Supply-chain tooling attaches additional artifacts to an image by digest:

  • SBOMs (CycloneDX, SPDX) listing every package and version baked in
  • Signatures (cosign, notation) proving who built and pushed the image
  • Attestations (in-toto, SLSA) describing the build provenance

All of these are separate OCI artifacts referenced by digest -- there is no :signed tag. Clusters enforce policy by verifying signatures against a keyring or a Sigstore root before admitting a Pod.

Check Yourself

  1. What exactly does a layer contain, and how are layers combined at runtime?
  2. Why does latest fail reproducibility even though it is a valid tag?
  3. What part of the OCI runtime spec does runc implement, and what part comes from the image?

Mini Drill or Application

Pull a small image (e.g. alpine:3.19) and inspect it:

docker pull alpine:3.19
docker image inspect alpine:3.19
docker save alpine:3.19 -o alpine.tar
mkdir alpine && tar -xf alpine.tar -C alpine

List the files in the extracted bundle. Identify the manifest, the config, and each layer's tarball. Then write a one-paragraph explanation of what the runtime will do with each piece on docker run.

Check Yourself (extended)

  1. What is the practical difference between an image index and an image manifest, and when do you see one instead of the other?
  2. A Dockerfile has COPY . . as step 2 and RUN pip install as step 10. What is wrong with the ordering from a caching perspective?
  3. An image signed with cosign does not have a :signed tag -- where does the signature live, and how does a cluster policy find it?

Content-Addressing: Same Idea as Git

OCI's content-addressing is essentially the same model Git uses for blobs, trees, and commits: every artifact is named by the SHA-256 of its bytes, and higher-level objects reference lower ones by digest.

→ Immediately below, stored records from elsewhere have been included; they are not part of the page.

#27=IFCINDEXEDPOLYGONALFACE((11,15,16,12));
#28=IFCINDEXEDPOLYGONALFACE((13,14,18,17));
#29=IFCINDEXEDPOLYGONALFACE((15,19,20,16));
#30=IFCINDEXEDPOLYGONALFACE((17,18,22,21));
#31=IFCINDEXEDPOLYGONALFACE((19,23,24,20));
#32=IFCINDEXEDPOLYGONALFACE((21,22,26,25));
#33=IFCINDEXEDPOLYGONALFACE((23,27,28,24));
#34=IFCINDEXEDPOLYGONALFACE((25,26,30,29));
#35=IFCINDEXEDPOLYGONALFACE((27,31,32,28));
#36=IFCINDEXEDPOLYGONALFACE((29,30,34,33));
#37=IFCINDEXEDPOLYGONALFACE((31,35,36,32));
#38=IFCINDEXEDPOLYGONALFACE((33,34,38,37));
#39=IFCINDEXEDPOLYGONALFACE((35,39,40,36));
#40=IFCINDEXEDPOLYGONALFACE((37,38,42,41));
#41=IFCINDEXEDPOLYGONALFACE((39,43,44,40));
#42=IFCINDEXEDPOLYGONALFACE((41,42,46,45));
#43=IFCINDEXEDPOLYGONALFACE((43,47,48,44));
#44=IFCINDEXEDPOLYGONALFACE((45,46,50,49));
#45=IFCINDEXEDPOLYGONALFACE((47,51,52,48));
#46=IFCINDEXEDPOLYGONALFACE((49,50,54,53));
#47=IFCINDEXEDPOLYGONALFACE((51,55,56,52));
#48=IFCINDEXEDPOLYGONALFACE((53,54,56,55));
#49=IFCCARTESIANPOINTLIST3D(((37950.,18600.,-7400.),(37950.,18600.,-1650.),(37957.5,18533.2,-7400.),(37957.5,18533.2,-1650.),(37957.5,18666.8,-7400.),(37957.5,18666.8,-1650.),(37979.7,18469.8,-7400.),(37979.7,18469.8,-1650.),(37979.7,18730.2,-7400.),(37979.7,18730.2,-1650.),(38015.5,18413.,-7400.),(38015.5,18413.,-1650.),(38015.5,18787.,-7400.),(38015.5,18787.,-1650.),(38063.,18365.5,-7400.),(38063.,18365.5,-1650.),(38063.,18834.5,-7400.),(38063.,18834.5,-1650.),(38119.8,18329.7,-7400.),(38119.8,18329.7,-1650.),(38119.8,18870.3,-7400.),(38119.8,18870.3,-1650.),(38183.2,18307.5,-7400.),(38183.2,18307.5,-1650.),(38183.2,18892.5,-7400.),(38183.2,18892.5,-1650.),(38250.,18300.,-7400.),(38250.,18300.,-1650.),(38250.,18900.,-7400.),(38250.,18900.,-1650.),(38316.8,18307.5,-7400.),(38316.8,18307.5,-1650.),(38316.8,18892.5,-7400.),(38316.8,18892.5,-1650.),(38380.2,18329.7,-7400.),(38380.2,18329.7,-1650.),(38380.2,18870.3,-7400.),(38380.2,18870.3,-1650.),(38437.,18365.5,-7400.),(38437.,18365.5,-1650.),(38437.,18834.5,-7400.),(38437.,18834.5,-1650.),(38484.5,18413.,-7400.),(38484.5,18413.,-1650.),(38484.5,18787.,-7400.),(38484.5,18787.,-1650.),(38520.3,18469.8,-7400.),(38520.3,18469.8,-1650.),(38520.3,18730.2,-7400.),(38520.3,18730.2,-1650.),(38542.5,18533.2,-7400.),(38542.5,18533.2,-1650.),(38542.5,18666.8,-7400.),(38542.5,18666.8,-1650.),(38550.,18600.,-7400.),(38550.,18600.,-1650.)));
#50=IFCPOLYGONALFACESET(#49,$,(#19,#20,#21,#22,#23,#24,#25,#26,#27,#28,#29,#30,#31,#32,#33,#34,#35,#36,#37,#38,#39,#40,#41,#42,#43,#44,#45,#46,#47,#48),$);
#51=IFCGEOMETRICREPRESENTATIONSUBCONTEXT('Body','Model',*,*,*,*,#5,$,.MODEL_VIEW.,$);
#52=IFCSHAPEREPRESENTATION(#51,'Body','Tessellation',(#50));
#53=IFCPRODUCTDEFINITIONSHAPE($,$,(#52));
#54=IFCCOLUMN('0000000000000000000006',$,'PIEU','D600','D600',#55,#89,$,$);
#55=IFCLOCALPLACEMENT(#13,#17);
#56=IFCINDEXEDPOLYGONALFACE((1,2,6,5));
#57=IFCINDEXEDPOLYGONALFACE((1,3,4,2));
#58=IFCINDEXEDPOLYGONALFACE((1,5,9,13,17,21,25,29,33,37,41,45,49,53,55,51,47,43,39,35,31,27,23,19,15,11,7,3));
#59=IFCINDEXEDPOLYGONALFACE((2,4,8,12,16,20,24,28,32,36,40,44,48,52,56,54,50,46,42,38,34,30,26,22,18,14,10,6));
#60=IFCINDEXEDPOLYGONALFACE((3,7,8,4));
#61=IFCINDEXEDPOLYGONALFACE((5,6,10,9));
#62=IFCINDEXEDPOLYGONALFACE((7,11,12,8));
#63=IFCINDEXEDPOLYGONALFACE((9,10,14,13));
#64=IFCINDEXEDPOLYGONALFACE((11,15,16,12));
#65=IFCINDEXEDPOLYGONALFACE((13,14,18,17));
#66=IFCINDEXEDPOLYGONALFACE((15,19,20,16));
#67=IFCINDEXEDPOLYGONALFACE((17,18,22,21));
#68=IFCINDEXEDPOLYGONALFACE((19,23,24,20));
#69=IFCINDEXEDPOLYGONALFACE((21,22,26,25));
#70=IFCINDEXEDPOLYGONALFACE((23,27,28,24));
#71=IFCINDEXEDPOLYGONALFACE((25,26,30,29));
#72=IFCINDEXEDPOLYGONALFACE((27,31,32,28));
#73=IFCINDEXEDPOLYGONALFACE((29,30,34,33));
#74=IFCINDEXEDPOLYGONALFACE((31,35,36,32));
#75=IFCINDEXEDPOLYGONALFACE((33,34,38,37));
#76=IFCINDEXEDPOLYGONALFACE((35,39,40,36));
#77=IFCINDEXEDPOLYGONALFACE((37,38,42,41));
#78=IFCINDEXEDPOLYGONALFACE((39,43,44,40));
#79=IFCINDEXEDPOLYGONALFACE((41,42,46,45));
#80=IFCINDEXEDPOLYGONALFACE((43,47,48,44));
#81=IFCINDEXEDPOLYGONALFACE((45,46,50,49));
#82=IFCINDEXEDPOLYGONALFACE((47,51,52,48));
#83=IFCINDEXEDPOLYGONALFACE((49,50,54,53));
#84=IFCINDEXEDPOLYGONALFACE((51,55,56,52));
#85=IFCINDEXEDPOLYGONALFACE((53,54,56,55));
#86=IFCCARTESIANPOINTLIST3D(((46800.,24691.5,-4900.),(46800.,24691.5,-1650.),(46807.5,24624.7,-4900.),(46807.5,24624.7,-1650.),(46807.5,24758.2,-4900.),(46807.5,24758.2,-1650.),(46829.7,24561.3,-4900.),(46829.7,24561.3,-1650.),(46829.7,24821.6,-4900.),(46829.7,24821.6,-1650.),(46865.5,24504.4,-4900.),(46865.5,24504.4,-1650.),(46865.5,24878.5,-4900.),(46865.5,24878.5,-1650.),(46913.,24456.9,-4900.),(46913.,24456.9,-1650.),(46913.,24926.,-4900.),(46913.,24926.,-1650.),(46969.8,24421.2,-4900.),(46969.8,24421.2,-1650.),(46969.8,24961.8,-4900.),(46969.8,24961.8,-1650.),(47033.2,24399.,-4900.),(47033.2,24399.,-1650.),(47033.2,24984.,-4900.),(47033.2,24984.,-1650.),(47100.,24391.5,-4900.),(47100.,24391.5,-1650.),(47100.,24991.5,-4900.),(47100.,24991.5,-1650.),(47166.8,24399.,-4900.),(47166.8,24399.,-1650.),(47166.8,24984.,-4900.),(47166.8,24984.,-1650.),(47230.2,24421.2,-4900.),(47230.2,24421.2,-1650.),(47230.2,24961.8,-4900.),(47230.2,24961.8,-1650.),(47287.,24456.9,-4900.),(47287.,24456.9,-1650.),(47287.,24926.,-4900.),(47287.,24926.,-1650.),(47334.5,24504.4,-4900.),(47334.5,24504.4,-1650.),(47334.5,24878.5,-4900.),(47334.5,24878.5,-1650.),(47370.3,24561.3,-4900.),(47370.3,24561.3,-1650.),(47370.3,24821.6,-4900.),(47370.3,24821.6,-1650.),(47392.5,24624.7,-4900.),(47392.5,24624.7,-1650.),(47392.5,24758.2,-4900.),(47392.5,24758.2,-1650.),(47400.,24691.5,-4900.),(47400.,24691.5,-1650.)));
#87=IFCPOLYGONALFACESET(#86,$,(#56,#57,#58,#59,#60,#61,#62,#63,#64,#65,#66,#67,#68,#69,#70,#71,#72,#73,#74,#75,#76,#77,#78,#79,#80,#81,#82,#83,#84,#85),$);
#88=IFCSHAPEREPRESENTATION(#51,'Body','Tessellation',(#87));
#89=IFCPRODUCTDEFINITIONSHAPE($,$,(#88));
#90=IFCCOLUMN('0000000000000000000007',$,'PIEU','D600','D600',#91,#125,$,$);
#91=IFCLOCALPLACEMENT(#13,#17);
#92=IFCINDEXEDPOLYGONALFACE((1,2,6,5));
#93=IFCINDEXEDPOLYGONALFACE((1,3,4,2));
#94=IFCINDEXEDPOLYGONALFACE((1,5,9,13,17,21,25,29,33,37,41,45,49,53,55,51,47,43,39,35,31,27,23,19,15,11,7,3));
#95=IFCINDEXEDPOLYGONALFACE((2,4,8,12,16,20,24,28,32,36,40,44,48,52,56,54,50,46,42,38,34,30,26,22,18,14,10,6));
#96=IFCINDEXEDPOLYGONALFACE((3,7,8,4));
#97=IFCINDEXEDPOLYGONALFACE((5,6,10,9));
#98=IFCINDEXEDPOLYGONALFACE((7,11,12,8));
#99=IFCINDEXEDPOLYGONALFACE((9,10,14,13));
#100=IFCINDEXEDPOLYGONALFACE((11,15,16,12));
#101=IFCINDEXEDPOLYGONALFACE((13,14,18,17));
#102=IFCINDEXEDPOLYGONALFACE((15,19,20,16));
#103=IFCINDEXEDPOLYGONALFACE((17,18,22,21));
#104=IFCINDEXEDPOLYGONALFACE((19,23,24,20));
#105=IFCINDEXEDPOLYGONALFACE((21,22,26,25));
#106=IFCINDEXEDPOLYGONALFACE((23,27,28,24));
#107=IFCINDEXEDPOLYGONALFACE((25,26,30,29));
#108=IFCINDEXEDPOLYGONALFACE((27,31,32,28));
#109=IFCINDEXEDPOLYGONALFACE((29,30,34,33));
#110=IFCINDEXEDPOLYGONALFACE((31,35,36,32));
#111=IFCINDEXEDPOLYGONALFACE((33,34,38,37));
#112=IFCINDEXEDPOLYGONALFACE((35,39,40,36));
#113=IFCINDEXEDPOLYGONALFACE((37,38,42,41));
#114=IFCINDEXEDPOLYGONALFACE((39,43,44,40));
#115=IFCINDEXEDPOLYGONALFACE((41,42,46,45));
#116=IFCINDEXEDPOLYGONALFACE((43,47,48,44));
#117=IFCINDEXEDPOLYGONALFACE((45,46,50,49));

That parallel is not a coincidence -- both systems solve verifiable, deduplicated storage of immutable trees.

Practical consequences that carry over from one world to the other:

  • Two clients pushing the "same" layer upload it once; the registry deduplicates by digest, exactly like Git packfiles deduplicate blobs.
  • A pulled image whose layer digest does not match what the manifest advertises is rejected, the same way git fsck would reject a corrupted blob.
  • Tags (like Git branches) are mutable pointers at digests (like Git commits). A digest pin (image@sha256:…) is the container equivalent of git checkout <sha>.

If you already understand Git internals, OCI's vocabulary (manifest, config, layer, index) is just a relabelling of commit, tree, blob, refs, with registries playing the role of remotes.